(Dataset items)
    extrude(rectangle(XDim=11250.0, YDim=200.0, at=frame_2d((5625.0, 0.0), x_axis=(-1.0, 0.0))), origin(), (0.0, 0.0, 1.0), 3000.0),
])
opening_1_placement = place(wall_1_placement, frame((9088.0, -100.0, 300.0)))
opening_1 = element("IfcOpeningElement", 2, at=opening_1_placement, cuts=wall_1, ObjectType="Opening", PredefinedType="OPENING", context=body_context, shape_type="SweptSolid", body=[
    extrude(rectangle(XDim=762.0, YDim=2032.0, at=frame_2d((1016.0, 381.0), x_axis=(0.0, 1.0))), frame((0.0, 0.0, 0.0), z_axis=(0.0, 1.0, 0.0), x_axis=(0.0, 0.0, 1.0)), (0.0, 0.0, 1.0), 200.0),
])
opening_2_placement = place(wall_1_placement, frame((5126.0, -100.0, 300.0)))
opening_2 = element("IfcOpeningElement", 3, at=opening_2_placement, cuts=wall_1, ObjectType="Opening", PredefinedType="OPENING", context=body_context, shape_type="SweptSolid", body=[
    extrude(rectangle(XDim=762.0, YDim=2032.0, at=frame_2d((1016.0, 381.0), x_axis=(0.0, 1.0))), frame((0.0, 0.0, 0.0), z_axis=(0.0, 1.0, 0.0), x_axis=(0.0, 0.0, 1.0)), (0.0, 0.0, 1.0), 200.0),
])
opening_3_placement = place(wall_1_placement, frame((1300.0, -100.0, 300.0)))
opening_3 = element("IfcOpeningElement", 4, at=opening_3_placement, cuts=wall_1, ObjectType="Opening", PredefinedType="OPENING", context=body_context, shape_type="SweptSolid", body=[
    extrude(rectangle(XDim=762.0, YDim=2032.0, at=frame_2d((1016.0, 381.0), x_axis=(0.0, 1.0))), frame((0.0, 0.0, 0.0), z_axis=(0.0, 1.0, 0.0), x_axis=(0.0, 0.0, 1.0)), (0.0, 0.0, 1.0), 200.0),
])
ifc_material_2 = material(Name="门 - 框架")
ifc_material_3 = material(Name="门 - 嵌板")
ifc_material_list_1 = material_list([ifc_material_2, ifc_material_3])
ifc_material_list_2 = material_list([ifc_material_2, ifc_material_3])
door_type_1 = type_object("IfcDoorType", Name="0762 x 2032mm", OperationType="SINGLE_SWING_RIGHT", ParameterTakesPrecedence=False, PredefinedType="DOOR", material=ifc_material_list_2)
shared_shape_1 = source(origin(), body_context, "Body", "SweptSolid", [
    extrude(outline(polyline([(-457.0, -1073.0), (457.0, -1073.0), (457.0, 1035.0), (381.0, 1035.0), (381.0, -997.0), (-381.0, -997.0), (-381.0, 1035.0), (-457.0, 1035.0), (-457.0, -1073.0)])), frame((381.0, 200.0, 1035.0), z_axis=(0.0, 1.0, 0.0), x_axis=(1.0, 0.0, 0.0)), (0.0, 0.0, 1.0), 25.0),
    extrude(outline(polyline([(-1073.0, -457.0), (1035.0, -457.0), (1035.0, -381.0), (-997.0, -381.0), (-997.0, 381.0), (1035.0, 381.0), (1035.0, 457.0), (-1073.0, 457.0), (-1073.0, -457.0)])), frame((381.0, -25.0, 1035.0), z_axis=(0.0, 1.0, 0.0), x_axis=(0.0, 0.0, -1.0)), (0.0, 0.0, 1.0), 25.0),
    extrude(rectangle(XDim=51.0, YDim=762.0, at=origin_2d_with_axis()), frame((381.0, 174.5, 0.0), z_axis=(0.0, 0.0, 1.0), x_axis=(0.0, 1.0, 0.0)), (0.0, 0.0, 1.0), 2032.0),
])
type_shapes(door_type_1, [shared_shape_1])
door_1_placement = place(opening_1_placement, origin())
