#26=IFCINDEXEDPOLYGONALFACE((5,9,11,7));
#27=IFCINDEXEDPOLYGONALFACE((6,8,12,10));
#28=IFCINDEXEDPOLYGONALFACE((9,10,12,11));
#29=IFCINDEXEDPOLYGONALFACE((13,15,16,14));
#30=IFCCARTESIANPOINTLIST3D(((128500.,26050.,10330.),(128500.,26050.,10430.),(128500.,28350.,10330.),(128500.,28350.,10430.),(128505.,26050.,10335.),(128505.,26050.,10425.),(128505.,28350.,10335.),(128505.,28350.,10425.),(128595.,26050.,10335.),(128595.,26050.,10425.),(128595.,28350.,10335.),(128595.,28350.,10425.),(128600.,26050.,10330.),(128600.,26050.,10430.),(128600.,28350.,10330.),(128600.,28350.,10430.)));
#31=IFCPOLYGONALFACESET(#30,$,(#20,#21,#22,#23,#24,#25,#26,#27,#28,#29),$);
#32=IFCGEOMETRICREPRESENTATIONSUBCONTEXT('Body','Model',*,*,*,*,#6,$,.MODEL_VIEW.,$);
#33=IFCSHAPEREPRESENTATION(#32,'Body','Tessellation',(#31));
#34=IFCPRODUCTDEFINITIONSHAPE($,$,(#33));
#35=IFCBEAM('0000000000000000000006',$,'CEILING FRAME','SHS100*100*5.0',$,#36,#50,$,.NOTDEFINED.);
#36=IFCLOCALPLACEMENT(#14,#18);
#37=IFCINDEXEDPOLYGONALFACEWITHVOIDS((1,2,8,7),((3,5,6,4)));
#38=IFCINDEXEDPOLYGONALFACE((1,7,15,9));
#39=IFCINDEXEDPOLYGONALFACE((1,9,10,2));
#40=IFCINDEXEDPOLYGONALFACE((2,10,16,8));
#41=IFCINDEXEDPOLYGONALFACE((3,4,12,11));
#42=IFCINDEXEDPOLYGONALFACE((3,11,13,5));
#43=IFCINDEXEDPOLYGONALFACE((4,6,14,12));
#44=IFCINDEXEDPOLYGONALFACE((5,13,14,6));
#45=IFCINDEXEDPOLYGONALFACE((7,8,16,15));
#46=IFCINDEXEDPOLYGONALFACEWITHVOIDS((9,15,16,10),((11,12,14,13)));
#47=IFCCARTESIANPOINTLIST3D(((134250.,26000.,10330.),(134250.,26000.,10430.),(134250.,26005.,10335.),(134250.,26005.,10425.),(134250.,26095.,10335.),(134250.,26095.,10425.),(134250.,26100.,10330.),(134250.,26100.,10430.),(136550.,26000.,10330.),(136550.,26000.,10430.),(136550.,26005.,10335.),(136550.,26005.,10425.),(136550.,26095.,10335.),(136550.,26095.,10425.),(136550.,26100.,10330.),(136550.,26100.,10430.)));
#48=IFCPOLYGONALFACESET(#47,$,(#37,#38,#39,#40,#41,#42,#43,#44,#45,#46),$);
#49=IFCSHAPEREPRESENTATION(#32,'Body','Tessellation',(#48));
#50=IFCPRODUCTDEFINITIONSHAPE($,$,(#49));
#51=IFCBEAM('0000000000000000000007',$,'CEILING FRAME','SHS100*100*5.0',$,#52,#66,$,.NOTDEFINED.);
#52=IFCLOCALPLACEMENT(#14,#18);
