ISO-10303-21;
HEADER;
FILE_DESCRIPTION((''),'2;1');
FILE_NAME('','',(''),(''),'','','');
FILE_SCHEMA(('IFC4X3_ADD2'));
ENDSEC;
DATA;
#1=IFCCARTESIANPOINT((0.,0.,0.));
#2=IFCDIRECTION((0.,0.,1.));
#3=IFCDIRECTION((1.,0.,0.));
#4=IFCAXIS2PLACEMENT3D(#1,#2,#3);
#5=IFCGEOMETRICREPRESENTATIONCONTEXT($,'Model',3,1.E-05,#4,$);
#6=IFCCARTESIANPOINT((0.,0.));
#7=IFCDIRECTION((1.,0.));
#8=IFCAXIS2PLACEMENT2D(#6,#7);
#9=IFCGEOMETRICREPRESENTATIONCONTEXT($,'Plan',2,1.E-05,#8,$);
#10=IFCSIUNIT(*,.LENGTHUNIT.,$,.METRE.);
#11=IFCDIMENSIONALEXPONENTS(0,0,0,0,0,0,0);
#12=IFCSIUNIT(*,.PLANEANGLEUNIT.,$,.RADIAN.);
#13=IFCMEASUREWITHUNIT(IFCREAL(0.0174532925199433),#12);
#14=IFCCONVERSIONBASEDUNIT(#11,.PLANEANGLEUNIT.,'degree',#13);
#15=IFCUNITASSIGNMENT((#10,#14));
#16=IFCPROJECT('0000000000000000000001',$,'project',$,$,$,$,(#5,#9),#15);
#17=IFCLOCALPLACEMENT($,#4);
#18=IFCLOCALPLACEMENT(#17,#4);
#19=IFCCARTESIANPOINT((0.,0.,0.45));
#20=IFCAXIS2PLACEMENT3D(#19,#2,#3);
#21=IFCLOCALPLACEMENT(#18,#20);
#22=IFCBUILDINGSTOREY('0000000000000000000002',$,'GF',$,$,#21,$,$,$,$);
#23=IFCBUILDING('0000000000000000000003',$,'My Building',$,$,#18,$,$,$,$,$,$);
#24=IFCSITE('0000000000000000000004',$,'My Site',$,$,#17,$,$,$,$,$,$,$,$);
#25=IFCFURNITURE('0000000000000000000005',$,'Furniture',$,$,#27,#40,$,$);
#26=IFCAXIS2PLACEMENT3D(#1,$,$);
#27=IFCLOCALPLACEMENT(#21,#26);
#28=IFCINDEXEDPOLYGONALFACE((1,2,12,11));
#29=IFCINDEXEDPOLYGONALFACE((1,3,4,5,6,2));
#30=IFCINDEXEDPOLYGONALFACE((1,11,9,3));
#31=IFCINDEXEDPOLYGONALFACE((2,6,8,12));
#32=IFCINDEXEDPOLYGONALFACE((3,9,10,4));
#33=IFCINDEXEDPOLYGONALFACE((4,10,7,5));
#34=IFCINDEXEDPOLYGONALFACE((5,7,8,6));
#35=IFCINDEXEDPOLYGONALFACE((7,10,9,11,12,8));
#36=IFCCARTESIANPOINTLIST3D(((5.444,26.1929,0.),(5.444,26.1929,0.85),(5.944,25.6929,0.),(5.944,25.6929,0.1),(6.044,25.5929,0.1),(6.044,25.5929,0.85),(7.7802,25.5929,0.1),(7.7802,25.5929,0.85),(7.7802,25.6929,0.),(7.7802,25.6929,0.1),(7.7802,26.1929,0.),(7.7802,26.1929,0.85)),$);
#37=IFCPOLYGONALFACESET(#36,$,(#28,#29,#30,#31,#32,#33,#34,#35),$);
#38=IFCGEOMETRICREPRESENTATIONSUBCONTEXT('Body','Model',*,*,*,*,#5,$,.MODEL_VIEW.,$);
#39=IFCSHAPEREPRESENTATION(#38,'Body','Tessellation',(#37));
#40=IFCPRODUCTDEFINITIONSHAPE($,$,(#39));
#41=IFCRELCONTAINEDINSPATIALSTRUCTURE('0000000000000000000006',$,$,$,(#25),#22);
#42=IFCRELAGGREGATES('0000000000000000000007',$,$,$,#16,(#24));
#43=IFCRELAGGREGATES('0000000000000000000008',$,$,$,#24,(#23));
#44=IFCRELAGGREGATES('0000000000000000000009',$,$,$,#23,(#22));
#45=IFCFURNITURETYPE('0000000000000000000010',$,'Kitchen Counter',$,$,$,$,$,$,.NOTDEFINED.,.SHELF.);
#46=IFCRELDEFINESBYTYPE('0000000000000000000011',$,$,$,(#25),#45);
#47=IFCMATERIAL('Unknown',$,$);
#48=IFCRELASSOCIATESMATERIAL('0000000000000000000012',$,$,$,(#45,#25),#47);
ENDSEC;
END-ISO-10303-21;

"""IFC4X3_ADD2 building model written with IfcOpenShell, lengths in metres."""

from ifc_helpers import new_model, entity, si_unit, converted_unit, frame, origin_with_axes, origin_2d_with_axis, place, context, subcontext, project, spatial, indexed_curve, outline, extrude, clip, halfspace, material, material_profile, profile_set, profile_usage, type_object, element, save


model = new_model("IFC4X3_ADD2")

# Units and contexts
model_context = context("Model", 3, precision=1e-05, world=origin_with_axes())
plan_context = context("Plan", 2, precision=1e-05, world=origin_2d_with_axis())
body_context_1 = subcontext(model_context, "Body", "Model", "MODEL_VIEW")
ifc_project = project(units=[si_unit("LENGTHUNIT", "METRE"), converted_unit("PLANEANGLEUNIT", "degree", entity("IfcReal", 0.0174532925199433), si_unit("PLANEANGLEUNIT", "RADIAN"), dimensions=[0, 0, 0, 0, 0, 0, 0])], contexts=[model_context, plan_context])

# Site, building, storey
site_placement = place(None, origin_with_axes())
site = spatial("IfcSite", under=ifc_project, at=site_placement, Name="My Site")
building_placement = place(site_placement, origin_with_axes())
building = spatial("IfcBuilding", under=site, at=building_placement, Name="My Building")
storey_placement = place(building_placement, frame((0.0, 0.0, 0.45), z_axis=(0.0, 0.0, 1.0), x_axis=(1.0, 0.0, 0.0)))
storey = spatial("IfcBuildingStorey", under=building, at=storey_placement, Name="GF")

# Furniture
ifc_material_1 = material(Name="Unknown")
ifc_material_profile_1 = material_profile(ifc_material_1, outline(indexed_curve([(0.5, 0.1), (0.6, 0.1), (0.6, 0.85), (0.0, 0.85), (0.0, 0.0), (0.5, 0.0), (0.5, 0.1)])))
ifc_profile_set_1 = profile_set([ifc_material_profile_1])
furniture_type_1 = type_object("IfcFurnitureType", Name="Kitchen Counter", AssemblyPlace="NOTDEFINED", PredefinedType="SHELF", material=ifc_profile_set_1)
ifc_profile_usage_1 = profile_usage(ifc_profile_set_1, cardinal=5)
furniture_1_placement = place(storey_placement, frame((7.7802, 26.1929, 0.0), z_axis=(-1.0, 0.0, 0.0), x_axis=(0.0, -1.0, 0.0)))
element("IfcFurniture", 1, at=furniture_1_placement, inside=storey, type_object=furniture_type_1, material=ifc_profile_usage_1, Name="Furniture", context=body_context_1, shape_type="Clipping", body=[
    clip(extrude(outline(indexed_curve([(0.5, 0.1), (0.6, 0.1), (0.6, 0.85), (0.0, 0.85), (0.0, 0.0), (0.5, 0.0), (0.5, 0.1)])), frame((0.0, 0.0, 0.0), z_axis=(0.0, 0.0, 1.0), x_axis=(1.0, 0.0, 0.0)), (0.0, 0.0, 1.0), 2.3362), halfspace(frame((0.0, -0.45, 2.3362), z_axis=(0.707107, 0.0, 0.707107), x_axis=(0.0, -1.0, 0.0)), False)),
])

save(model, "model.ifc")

**Prompt:** Scan the entries above for the word "IFCSIUNIT". Report the lines that hold it.

**Response below:**
#10=IFCSIUNIT(*,.LENGTHUNIT.,$,.METRE.);
#12=IFCSIUNIT(*,.PLANEANGLEUNIT.,$,.RADIAN.);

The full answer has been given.